López Obrador fue estratégico con la Constitución durante su permanente campaña electoral de dos décadas. Siempre ocultó su parecer al respecto y, en el mejor de los casos, decía defenderla y estar de acuerdo con ella, luego juró cumplirla. Es memorable su insistencia en defender el poder presidencial que, en su forma normativa y práctica, ha propiciado las mayores catástrofes políticas de la nación. AMLO suma su gestión a la cauda de presidentes que ha ejercido el poder extralimitando sus facultades constitucionales. Llegado al mando su actitud estratégica cambió por otra progresivamente más sincera. El primer gran acto de sinceridad anticonstitucional (fuera de su gestión), entre muchos, fue la consulta a mano alzada para acabar con el aeropuerto de Texcoco. La suma de sus decisiones y propuestas lo hacen ya enemigo abierto de la democracia constitucional.
El primer acto de este teatro híbrido que combina la técnica de marionetas y actores de carne y hueso fue la reforma constitucional para crear la Guardia Nacional. La ingenua oposición y la mayor parte de la opinión escrita creyeron que todavía estaban jugando el juego democrático y la dejaron pasar, sólo para encontrarse con la voluntad del presidente de no ceder su control a manos civiles, sino mantenerla bajo la férula de las fuerzas armadas. De ahí se generalizó la inconstitucionalidad: la administración pública fue puesta cada vez más en manos de militares; el aparato administrativo civil fue adelgazando y perdiendo capacidades a pasos agigantados; se dejó de cumplir con la obligación de licitar, con el derecho humano a la información y con el debido proceso (prisión preventiva a discreción), se pactó con el crimen organizado (que “nos respetan en los retenes”). Se ha atacado desde el primer día a la prensa libre y a los críticos, a la sociedad civil, a los jueces y magistrados y a la Suprema Corte. Todo lo que caiga en el costal de obstáculos al ejercicio libérrimo del poder arbitrario del presidente y su círculo ideológico y pretoriano es el enemigo y debe ser destruido. De no ser posible destruirlo, hay que sobajarlo hasta la impotencia. El Poder Legislativo ha quedado ya postrado a los pies del neocaudillo y la Suprema Corte de Justicia de la Nación es el blanco en la mira de los disparos presidenciales.

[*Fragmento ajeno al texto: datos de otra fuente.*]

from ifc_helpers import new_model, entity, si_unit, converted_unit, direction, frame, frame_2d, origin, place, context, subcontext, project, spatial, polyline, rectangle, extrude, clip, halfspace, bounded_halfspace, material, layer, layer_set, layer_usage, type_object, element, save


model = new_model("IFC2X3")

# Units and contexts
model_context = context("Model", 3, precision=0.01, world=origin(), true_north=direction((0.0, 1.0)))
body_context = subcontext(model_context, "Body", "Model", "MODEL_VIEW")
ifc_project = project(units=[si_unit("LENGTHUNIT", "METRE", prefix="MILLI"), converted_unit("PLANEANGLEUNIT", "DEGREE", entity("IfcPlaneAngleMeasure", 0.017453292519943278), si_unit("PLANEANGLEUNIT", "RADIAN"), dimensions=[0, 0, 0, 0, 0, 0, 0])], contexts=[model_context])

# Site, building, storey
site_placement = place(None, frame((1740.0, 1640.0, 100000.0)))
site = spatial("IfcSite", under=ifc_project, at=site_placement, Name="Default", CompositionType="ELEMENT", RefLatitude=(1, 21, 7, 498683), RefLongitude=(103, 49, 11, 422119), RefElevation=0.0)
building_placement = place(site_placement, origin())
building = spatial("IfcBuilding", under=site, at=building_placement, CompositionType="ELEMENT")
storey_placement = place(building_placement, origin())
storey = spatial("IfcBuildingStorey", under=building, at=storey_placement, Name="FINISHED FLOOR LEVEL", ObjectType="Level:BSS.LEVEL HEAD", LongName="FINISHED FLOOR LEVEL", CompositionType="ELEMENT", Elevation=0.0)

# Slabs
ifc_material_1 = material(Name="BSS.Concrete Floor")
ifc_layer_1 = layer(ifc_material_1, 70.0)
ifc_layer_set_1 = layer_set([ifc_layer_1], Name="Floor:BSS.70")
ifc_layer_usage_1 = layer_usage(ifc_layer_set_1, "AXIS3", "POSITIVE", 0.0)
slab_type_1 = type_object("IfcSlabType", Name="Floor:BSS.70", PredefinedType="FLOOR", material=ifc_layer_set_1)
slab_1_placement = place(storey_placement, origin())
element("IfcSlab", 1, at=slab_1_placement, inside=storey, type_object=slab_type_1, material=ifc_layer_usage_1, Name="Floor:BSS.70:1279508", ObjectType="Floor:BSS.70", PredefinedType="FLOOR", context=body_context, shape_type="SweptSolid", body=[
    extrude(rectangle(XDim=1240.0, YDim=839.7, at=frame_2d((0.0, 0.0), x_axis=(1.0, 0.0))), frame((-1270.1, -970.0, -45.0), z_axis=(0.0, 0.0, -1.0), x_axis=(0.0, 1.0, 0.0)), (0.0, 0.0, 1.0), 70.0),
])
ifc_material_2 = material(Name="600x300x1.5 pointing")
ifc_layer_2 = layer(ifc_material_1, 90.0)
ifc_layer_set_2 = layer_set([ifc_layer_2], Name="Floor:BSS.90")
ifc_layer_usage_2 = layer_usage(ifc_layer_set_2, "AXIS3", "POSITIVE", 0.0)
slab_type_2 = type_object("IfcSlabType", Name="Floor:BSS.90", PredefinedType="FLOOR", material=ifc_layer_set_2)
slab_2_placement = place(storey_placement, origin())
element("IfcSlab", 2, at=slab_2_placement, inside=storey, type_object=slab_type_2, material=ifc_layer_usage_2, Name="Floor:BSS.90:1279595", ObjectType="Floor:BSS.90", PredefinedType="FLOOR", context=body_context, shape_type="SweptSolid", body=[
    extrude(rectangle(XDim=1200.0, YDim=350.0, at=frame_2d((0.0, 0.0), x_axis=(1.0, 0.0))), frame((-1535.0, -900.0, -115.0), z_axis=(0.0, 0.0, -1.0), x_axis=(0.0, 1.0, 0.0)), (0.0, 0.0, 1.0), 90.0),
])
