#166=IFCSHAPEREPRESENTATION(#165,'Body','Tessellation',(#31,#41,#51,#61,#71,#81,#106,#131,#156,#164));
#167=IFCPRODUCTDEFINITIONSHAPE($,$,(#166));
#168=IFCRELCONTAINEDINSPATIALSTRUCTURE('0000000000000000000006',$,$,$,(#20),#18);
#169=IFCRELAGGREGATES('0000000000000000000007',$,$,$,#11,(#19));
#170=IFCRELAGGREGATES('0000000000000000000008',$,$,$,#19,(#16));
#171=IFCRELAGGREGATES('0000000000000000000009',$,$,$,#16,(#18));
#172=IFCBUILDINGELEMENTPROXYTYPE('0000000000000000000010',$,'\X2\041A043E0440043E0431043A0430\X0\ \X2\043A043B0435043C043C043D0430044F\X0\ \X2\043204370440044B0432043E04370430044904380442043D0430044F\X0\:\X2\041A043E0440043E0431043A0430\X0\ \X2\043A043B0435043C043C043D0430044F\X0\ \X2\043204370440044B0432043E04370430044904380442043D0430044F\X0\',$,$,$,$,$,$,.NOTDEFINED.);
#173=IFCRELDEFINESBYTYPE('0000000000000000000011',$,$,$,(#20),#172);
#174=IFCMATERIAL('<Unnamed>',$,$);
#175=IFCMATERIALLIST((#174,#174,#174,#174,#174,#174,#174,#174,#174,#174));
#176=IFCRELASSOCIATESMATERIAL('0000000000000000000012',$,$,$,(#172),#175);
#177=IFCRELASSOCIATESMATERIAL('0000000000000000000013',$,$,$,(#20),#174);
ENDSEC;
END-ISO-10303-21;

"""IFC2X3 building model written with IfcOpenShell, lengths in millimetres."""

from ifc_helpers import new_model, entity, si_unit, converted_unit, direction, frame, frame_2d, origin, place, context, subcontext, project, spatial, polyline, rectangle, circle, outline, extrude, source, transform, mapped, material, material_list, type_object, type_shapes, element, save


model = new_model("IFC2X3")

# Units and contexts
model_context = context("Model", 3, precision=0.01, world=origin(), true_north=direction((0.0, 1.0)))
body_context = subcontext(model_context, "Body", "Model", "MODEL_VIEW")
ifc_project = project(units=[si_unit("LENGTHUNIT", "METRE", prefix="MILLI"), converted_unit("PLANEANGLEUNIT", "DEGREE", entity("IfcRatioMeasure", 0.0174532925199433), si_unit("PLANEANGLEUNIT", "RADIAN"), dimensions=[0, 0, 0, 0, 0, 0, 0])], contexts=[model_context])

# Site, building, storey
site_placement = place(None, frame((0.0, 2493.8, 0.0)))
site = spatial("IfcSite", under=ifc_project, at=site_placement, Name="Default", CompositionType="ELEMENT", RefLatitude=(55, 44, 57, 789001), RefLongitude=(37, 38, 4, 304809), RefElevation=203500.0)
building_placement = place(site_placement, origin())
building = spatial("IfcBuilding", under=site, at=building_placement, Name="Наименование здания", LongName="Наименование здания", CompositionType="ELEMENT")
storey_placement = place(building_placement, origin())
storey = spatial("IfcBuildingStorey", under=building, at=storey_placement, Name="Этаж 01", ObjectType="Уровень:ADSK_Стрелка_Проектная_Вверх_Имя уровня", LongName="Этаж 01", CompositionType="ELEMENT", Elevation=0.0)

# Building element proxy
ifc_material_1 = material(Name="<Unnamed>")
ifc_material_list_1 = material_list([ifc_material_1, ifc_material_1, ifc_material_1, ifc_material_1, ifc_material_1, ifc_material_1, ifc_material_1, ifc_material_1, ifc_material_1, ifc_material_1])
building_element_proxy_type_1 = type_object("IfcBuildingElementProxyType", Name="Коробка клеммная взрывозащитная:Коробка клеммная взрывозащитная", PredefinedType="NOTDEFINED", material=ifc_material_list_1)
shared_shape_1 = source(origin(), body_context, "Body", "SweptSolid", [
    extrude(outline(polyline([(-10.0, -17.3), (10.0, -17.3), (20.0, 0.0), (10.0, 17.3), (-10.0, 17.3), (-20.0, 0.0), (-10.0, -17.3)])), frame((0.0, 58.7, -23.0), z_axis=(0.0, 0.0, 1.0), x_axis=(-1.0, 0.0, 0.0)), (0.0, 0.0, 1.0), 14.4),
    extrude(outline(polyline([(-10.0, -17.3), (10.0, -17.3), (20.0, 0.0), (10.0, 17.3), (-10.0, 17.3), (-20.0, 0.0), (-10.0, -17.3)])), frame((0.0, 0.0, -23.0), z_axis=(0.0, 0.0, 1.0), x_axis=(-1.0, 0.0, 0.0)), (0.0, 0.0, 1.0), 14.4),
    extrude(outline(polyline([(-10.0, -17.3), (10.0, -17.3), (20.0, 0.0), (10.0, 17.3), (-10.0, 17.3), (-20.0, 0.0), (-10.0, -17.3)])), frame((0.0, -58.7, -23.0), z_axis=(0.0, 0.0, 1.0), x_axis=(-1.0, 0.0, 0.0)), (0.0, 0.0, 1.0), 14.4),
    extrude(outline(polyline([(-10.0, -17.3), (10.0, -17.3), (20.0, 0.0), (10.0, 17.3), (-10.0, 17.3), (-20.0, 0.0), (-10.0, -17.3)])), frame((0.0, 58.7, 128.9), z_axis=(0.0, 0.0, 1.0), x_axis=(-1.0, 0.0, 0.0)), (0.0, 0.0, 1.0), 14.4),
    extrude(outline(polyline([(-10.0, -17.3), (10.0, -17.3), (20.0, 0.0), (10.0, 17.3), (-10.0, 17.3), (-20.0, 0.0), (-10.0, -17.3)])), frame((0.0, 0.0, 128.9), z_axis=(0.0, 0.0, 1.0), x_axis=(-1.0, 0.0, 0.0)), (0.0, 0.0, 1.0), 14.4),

La pasividad de la sociedad es aterradora y habla de la abundancia en ella de la extrema indiferencia. Con la excepción de la sociedad civil movilizada en defensa de la democracia constitucional, una gran masa de la población observa inconmovible la destrucción del Estado mexicano. Esa pasividad da lugar a que el presidente haga ya campaña para promover la continuidad de su personalísimo proyecto después del 2024. Presentando como obstáculos “golpistas” las sentencias de la Suprema Corte contra sus designios (el Plan B, el “decretazo”, la paralización del Inai…) ha convocado al “pueblo” a darle a Morena en las elecciones del año próximo los dos tercios que harían la mayoría Constitucional en el Congreso. De esa manera podrían reformar la Constitución de cabo a rabo y acabar de una vez por todas con el equilibrio de poderes y los derechos humanos para reducirlos a la voluntad arbitraria de su(s) gobierno(s).

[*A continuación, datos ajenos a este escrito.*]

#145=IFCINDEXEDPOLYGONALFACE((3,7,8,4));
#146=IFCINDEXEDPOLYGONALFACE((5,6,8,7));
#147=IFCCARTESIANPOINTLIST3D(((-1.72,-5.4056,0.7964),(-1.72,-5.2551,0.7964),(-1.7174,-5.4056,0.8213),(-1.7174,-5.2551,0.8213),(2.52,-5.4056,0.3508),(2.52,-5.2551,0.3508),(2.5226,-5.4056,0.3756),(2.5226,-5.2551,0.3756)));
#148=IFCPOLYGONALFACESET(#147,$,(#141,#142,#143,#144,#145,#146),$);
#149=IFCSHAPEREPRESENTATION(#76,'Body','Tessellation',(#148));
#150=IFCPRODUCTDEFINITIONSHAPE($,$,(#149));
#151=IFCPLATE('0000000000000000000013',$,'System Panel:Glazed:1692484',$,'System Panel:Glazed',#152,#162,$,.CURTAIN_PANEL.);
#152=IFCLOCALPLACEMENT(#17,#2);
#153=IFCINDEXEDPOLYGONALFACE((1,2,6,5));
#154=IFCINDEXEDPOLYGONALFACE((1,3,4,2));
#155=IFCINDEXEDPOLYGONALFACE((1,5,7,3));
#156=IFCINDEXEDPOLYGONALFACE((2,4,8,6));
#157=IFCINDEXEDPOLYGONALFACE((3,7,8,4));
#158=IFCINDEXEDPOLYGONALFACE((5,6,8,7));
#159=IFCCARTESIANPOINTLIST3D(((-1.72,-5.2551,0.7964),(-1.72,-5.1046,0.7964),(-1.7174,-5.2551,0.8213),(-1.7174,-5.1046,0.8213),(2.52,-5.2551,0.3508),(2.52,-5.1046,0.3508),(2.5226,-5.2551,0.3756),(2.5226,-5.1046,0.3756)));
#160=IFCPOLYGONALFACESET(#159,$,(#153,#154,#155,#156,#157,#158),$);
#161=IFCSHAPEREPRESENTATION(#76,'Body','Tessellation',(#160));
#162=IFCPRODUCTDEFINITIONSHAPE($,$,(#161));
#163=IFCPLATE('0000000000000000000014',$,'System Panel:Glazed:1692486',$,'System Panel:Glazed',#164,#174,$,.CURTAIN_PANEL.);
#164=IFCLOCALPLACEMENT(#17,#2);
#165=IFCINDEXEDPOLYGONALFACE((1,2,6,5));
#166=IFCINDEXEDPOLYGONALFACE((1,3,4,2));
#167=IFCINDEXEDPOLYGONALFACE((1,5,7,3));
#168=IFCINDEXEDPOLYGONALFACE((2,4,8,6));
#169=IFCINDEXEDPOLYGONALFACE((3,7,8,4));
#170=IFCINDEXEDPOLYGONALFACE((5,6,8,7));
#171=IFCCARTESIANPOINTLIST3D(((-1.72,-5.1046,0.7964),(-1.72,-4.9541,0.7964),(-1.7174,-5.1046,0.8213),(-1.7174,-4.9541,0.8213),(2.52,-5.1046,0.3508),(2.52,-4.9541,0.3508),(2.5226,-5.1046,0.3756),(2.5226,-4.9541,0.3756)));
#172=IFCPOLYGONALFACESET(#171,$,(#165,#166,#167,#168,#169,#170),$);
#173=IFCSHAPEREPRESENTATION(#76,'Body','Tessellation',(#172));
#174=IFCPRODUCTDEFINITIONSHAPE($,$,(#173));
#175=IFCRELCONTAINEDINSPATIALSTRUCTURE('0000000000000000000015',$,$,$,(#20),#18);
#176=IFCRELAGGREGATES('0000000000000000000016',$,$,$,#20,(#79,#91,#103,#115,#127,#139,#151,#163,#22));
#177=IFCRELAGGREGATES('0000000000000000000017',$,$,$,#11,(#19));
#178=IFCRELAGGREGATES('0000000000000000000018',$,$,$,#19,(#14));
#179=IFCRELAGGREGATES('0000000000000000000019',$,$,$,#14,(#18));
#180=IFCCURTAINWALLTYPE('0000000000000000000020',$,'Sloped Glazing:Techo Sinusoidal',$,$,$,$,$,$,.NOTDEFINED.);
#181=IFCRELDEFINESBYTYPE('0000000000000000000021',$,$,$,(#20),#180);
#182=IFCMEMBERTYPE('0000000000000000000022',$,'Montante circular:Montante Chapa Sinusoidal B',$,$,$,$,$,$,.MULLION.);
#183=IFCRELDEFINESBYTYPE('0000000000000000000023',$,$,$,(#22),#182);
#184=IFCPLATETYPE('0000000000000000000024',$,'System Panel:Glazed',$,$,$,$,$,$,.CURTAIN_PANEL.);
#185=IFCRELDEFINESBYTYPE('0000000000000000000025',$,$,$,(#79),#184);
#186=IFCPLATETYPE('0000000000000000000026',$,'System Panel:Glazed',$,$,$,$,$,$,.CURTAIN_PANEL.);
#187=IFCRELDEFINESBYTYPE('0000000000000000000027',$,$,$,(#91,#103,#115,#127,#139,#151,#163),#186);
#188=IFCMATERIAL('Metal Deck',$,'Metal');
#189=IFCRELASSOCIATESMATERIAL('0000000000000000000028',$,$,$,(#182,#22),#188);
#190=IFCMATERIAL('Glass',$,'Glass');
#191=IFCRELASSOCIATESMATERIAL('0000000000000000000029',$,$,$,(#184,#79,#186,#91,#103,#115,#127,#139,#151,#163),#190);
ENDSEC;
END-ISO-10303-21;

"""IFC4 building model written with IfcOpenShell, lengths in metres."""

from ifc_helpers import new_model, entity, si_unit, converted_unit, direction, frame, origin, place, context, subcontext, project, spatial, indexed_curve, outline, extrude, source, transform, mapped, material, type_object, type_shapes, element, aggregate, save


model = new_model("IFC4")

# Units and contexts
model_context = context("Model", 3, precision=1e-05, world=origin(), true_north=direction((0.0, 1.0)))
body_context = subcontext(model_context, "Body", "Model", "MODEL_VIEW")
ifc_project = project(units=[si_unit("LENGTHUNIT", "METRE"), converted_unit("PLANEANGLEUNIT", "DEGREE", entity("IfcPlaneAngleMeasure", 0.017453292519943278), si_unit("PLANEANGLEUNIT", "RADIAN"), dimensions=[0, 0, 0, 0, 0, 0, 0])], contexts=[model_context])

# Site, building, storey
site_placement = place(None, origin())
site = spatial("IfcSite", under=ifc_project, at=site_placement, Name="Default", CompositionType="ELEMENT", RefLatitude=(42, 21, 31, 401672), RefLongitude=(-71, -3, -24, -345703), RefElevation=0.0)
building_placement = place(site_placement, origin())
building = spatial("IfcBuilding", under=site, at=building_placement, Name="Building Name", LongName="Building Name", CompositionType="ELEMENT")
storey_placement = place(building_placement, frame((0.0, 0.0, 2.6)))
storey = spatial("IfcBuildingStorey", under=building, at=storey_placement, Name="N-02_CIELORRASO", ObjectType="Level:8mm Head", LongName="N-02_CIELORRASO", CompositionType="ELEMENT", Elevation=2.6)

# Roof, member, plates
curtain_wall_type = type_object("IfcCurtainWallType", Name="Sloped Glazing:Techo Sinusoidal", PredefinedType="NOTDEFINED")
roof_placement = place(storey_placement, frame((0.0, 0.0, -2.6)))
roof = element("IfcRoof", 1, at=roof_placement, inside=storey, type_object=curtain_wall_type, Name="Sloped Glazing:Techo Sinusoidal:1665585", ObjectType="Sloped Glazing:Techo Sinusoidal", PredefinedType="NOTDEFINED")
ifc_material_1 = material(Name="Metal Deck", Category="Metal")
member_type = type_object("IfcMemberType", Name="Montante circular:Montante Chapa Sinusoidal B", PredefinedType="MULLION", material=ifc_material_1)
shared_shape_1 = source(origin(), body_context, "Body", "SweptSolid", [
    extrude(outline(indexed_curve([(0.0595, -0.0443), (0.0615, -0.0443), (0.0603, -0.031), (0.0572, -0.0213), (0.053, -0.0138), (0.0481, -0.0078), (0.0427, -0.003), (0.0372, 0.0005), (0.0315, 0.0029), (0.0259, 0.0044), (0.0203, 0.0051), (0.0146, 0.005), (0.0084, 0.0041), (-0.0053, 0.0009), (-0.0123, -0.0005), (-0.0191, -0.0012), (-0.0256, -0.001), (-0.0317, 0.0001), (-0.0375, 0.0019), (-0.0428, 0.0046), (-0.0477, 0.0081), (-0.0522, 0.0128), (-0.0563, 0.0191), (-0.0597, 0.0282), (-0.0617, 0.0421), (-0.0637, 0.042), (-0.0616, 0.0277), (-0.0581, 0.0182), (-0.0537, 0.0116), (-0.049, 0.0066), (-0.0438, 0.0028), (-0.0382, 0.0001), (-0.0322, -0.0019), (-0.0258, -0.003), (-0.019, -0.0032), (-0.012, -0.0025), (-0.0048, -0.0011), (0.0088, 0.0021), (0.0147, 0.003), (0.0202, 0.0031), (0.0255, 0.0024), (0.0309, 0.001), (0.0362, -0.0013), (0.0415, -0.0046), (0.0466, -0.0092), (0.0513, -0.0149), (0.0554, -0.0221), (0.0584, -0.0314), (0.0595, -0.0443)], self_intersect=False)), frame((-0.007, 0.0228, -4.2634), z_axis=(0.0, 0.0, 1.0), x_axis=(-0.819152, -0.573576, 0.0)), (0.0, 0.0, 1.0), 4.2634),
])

Cuando Andrés Manuel dijo “al diablo con sus instituciones” estaba mandando al diablo a todos los que participaron en su construcción y puso manos a la obra para hacer de su pesadilla autoritaria una realidad. Para ello encontró tierra fértil en la secuela de problemas y resentimiento dejada por el PRI y a la magra administración de esas secuelas por los gobiernos de la transición. Y obtuvo fertilizante en la incalculable masa de crédulos de buena o mala fe, instruidos o ignorantes —o ilustrados en todo menos en la semántica política—.
No hay que hacerse ilusiones, la lógica anticonstitucional de AMLO llegará hasta donde alcance su voluntad de poder mientras no se tope con otra voluntad que lo detenga.